Capsicum pereirae

Scientific classification
- Kingdom: Plantae
- Clade: Tracheophytes
- Clade: Angiosperms
- Clade: Eudicots
- Clade: Asterids
- Order: Solanales
- Family: Solanaceae
- Genus: Capsicum
- Species: C. pereirae
- Binomial name: Capsicum pereirae Barboza & Bianch.

= Capsicum pereirae =

- Genus: Capsicum
- Species: pereirae
- Authority: Barboza & Bianch.

Species of wild chili pepper

Capsicum pereirae is a species of wild chili pepper in the nightshade family Solanaceae, native to eastern Brazil.
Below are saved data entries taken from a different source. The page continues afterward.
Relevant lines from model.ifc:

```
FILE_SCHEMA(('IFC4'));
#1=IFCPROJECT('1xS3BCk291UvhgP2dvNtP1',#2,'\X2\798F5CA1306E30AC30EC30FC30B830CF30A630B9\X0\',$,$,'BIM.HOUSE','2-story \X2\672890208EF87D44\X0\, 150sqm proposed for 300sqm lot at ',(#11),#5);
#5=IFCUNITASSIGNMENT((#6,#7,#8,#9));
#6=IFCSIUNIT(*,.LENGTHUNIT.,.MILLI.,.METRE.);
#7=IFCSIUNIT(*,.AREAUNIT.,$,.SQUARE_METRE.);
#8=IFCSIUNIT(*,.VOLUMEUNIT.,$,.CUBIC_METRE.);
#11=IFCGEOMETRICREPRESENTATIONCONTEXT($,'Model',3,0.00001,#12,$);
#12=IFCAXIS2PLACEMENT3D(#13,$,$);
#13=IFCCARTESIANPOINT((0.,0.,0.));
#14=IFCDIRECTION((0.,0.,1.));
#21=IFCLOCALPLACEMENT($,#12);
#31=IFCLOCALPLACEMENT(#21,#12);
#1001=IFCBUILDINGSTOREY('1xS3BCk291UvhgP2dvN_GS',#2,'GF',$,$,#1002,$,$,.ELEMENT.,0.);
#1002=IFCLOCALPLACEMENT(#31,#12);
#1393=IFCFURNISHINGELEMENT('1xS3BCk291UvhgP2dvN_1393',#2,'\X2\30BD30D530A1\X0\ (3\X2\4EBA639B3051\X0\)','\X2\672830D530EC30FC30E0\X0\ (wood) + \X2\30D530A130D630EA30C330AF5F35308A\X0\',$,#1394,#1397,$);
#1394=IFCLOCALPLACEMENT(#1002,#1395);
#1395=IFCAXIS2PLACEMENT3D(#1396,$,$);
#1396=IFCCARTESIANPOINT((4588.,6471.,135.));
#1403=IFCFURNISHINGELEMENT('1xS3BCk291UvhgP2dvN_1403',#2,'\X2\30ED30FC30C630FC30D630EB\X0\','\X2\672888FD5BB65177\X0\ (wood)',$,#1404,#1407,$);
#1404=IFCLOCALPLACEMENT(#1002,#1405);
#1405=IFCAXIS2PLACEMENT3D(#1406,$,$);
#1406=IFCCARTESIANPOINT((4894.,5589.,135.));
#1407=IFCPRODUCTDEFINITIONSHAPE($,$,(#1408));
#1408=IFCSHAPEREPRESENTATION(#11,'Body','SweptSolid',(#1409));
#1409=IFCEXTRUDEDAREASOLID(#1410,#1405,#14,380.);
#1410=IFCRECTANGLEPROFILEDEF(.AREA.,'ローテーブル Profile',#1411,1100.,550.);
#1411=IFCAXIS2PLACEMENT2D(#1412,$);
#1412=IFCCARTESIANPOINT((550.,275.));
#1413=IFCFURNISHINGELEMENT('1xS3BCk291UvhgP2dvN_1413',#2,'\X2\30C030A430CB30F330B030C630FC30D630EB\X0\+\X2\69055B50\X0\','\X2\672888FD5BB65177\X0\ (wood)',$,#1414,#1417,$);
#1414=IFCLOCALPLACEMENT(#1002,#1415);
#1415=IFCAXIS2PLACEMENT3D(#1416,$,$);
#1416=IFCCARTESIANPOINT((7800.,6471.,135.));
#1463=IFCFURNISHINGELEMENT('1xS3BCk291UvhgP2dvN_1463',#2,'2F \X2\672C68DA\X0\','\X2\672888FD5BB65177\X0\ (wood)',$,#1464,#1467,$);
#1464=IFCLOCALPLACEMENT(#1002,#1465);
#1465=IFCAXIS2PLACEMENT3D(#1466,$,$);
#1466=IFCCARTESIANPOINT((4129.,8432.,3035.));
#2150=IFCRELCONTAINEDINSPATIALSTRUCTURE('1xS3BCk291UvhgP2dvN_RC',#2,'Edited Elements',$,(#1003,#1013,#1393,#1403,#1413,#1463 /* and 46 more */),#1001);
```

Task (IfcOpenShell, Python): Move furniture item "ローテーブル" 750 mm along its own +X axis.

```python
import ifcopenshell
import ifcopenshell.api.geometry
import ifcopenshell.util.placement

model = ifcopenshell.open("model.ifc")

item = model.by_guid("1xS3BCk291UvhgP2dvN_1403")
matrix = ifcopenshell.util.placement.get_local_placement(item.ObjectPlacement)
matrix[:3, 3] += matrix[:3, 0] * 750.0
ifcopenshell.api.geometry.edit_object_placement(model, product=item, matrix=matrix, is_si=False)

print(ifcopenshell.util.placement.get_local_placement(item.ObjectPlacement).round(3) + 0.0)

model.write("model_v2.ifc")
```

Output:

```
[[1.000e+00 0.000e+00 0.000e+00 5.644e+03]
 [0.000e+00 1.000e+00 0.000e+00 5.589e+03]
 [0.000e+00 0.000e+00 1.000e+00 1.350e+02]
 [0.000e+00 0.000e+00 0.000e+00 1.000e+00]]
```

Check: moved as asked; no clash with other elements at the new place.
It was described by Gloria E. Barboza and Luciano de Bem Bianchetti in 2005, and is treated in the 2022 monograph of the genus Capsicum by Barboza and colleagues.

==Description==
An erect shrub commonly 0.8–3 m tall, the slender branches horizontal in a zig-zag pattern; the young stems are green mottled with white. The leaves are leathery, hairless, elliptic, the larger blades 9–15 cm long, with the veins beneath mottled white. Flowers are borne two to six per leaf axil on stalks 15–30 mm long.

==Distribution and habitat==
It is native to eastern Brazil, where it grows in a wet tropical climate.